§ **WHAT THE EXERCISE ASKS**: Word for word, retype the first line of the records and every following line through the one containing "#3=IFCGEOMETRICREPRESENTATIONCONTEXT($,'Model',3,1.E-05,#2,$);".

§ **MATERIAL SUPPLIED**:

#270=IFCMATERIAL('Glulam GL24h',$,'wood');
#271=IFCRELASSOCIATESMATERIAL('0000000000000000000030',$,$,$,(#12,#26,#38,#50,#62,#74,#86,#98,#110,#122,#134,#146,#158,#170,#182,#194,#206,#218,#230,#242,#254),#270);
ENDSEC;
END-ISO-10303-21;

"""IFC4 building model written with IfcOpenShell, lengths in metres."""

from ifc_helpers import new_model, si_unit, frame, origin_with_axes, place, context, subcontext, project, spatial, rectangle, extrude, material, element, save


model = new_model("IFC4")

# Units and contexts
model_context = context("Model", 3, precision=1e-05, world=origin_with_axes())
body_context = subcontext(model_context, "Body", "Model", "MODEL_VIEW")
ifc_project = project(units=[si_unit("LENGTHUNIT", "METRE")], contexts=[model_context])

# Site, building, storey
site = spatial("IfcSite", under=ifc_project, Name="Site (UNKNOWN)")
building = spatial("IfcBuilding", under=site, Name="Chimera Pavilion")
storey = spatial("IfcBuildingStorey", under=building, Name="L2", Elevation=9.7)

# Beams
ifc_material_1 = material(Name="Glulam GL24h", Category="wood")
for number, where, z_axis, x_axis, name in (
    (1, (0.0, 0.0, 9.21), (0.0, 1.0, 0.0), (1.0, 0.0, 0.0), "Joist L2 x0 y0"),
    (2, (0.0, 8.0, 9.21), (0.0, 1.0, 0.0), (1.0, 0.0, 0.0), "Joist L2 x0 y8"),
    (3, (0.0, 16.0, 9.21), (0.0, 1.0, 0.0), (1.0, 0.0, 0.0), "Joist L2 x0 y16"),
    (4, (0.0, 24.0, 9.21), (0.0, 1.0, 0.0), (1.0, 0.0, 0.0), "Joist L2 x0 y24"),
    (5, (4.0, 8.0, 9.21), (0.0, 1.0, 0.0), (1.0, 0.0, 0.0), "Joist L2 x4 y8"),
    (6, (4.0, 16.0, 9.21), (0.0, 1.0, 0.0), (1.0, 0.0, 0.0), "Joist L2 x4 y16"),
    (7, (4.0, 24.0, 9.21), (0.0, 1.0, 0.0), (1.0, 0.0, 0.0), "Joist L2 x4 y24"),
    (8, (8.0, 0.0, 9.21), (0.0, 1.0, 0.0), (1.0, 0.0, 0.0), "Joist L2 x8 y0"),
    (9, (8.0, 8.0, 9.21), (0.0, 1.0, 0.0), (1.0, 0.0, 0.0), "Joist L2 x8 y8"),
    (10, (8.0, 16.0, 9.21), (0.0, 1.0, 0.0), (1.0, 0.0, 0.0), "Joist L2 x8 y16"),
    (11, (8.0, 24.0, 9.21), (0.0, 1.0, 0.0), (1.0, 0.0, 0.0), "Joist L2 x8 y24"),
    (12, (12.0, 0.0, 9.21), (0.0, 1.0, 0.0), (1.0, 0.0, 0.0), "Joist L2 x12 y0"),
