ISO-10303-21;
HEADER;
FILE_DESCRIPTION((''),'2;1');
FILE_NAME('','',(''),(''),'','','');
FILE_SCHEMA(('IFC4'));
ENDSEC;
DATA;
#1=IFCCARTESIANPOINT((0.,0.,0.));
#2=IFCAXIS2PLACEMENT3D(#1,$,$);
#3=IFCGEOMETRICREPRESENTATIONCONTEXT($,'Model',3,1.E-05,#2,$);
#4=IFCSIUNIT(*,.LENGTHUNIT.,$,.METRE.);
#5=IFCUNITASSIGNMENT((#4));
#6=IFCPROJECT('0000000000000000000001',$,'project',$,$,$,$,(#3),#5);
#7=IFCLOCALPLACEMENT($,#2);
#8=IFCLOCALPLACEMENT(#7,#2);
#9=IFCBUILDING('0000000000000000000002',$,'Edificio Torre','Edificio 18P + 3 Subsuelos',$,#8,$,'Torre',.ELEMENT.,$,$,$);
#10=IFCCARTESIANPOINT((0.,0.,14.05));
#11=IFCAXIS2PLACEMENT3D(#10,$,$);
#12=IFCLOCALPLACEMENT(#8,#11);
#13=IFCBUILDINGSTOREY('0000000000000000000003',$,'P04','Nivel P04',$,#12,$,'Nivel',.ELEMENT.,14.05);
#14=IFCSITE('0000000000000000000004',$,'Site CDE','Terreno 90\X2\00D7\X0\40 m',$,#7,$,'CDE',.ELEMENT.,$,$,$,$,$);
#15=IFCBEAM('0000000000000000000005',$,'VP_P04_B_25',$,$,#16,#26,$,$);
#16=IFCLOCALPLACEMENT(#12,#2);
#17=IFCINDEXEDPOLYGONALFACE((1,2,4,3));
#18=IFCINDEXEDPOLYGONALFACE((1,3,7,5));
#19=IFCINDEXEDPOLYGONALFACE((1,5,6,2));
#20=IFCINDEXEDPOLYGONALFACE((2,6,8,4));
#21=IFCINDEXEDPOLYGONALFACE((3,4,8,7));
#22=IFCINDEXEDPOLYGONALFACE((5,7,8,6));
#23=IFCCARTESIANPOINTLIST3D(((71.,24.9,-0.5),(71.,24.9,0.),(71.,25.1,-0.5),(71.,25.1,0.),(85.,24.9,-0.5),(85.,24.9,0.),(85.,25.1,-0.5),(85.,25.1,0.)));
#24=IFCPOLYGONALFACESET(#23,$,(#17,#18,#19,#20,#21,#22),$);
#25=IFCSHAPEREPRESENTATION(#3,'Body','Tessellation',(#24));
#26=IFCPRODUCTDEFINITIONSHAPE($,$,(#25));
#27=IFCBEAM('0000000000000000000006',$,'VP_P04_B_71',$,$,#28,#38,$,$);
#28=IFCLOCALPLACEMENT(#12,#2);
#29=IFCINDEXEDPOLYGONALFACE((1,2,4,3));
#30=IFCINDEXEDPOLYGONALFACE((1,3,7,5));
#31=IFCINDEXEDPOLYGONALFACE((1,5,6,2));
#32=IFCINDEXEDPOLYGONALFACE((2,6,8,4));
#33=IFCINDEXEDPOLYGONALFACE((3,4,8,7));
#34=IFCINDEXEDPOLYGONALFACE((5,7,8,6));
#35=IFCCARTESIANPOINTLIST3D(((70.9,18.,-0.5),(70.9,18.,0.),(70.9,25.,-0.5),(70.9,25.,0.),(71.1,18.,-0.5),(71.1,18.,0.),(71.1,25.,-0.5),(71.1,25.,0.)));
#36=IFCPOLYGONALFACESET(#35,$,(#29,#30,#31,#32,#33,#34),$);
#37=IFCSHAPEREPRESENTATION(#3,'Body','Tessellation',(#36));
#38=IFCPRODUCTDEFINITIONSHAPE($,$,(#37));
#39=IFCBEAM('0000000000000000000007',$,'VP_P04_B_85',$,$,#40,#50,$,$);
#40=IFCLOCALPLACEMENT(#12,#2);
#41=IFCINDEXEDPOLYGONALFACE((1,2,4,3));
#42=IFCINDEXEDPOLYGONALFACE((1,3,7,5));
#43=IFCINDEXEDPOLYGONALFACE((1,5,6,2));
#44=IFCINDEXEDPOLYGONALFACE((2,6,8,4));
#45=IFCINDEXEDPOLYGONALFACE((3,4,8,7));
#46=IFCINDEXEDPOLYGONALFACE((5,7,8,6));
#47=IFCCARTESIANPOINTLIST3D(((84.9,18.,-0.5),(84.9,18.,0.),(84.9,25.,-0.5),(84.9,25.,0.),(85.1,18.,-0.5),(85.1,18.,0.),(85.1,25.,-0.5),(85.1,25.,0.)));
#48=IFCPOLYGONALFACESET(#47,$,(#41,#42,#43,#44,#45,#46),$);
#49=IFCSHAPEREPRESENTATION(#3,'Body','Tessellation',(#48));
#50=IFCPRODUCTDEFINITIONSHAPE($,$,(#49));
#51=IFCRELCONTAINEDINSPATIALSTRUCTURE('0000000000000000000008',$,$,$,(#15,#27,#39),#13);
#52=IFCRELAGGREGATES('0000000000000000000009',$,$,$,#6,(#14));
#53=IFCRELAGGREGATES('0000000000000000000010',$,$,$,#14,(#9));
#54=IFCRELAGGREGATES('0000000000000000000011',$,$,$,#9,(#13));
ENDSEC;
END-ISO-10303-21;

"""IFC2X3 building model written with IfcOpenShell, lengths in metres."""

from ifc_helpers import new_model, si_unit, frame, origin, origin_2d, place, context, project, spatial, rectangle, extrude, element, save


model = new_model("IFC2X3")

# Units and contexts
model_context = context("Model", 3, precision=1e-05, world=origin())
ifc_project = project(units=[si_unit("LENGTHUNIT", "METRE")], contexts=[model_context])

# Site, building, storey
site_placement = place(None, origin())
site = spatial("IfcSite", under=ifc_project, at=site_placement, Name="Site CDE", Description="Terreno 90×40 m", LongName="CDE", CompositionType="ELEMENT")
building_placement = place(site_placement, origin())
building = spatial("IfcBuilding", under=site, at=building_placement, Name="Edificio Torre", Description="Edificio 18P + 3 Subsuelos", LongName="Torre", CompositionType="ELEMENT")
storey_placement = place(building_placement, frame((0.0, 0.0, 14.05)))
storey = spatial("IfcBuildingStorey", under=building, at=storey_placement, Name="P04", Description="Nivel P04", LongName="Nivel", CompositionType="ELEMENT", Elevation=14.05)

# Beams
for number, where, name in (
    (1, (78.0, 25.0, -0.5), "VP_P04_B_25"),
):
    element("IfcBeam", number, at=place(storey_placement, frame(where)), inside=storey, Name=name, context=model_context, shape_type="SweptSolid", body=[
        extrude(rectangle(XDim=14.0, YDim=0.2, at=origin_2d()), origin(), (0.0, 0.0, 1.0), 0.5),
    ])
for number, where, name in (
    (2, (71.0, 21.5, -0.5), "VP_P04_B_71"),
    (3, (85.0, 21.5, -0.5), "VP_P04_B_85"),
):
    element("IfcBeam", number, at=place(storey_placement, frame(where)), inside=storey, Name=name, context=model_context, shape_type="SweptSolid", body=[
        extrude(rectangle(XDim=0.2, YDim=7.0, at=origin_2d()), origin(), (0.0, 0.0, 1.0), 0.5),
    ])

save(model, "model.ifc")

§ **YOUR RESPONSE**:
#270=IFCMATERIAL('Glulam GL24h',$,'wood');
#271=IFCRELASSOCIATESMATERIAL('0000000000000000000030',$,$,$,(#12,#26,#38,#50,#62,#74,#86,#98,#110,#122,#134,#146,#158,#170,#182,#194,#206,#218,#230,#242,#254),#270);
ENDSEC;
END-ISO-10303-21;

"""IFC4 building model written with IfcOpenShell, lengths in metres."""

from ifc_helpers import new_model, si_unit, frame, origin_with_axes, place, context, subcontext, project, spatial, rectangle, extrude, material, element, save


model = new_model("IFC4")

# Units and contexts
model_context = context("Model", 3, precision=1e-05, world=origin_with_axes())
body_context = subcontext(model_context, "Body", "Model", "MODEL_VIEW")
ifc_project = project(units=[si_unit("LENGTHUNIT", "METRE")], contexts=[model_context])

# Site, building, storey
site = spatial("IfcSite", under=ifc_project, Name="Site (UNKNOWN)")
building = spatial("IfcBuilding", under=site, Name="Chimera Pavilion")
storey = spatial("IfcBuildingStorey", under=building, Name="L2", Elevation=9.7)

# Beams
ifc_material_1 = material(Name="Glulam GL24h", Category="wood")
for number, where, z_axis, x_axis, name in (
    (1, (0.0, 0.0, 9.21), (0.0, 1.0, 0.0), (1.0, 0.0, 0.0), "Joist L2 x0 y0"),
    (2, (0.0, 8.0, 9.21), (0.0, 1.0, 0.0), (1.0, 0.0, 0.0), "Joist L2 x0 y8"),
    (3, (0.0, 16.0, 9.21), (0.0, 1.0, 0.0), (1.0, 0.0, 0.0), "Joist L2 x0 y16"),
    (4, (0.0, 24.0, 9.21), (0.0, 1.0, 0.0), (1.0, 0.0, 0.0), "Joist L2 x0 y24"),
    (5, (4.0, 8.0, 9.21), (0.0, 1.0, 0.0), (1.0, 0.0, 0.0), "Joist L2 x4 y8"),
    (6, (4.0, 16.0, 9.21), (0.0, 1.0, 0.0), (1.0, 0.0, 0.0), "Joist L2 x4 y16"),
    (7, (4.0, 24.0, 9.21), (0.0, 1.0, 0.0), (1.0, 0.0, 0.0), "Joist L2 x4 y24"),
    (8, (8.0, 0.0, 9.21), (0.0, 1.0, 0.0), (1.0, 0.0, 0.0), "Joist L2 x8 y0"),
    (9, (8.0, 8.0, 9.21), (0.0, 1.0, 0.0), (1.0, 0.0, 0.0), "Joist L2 x8 y8"),
    (10, (8.0, 16.0, 9.21), (0.0, 1.0, 0.0), (1.0, 0.0, 0.0), "Joist L2 x8 y16"),
    (11, (8.0, 24.0, 9.21), (0.0, 1.0, 0.0), (1.0, 0.0, 0.0), "Joist L2 x8 y24"),
    (12, (12.0, 0.0, 9.21), (0.0, 1.0, 0.0), (1.0, 0.0, 0.0), "Joist L2 x12 y0"),
ISO-10303-21;
HEADER;
FILE_DESCRIPTION((''),'2;1');
FILE_NAME('','',(''),(''),'','','');
FILE_SCHEMA(('IFC4'));
ENDSEC;
DATA;
#1=IFCCARTESIANPOINT((0.,0.,0.));
#2=IFCAXIS2PLACEMENT3D(#1,$,$);
#3=IFCGEOMETRICREPRESENTATIONCONTEXT($,'Model',3,1.E-05,#2,$);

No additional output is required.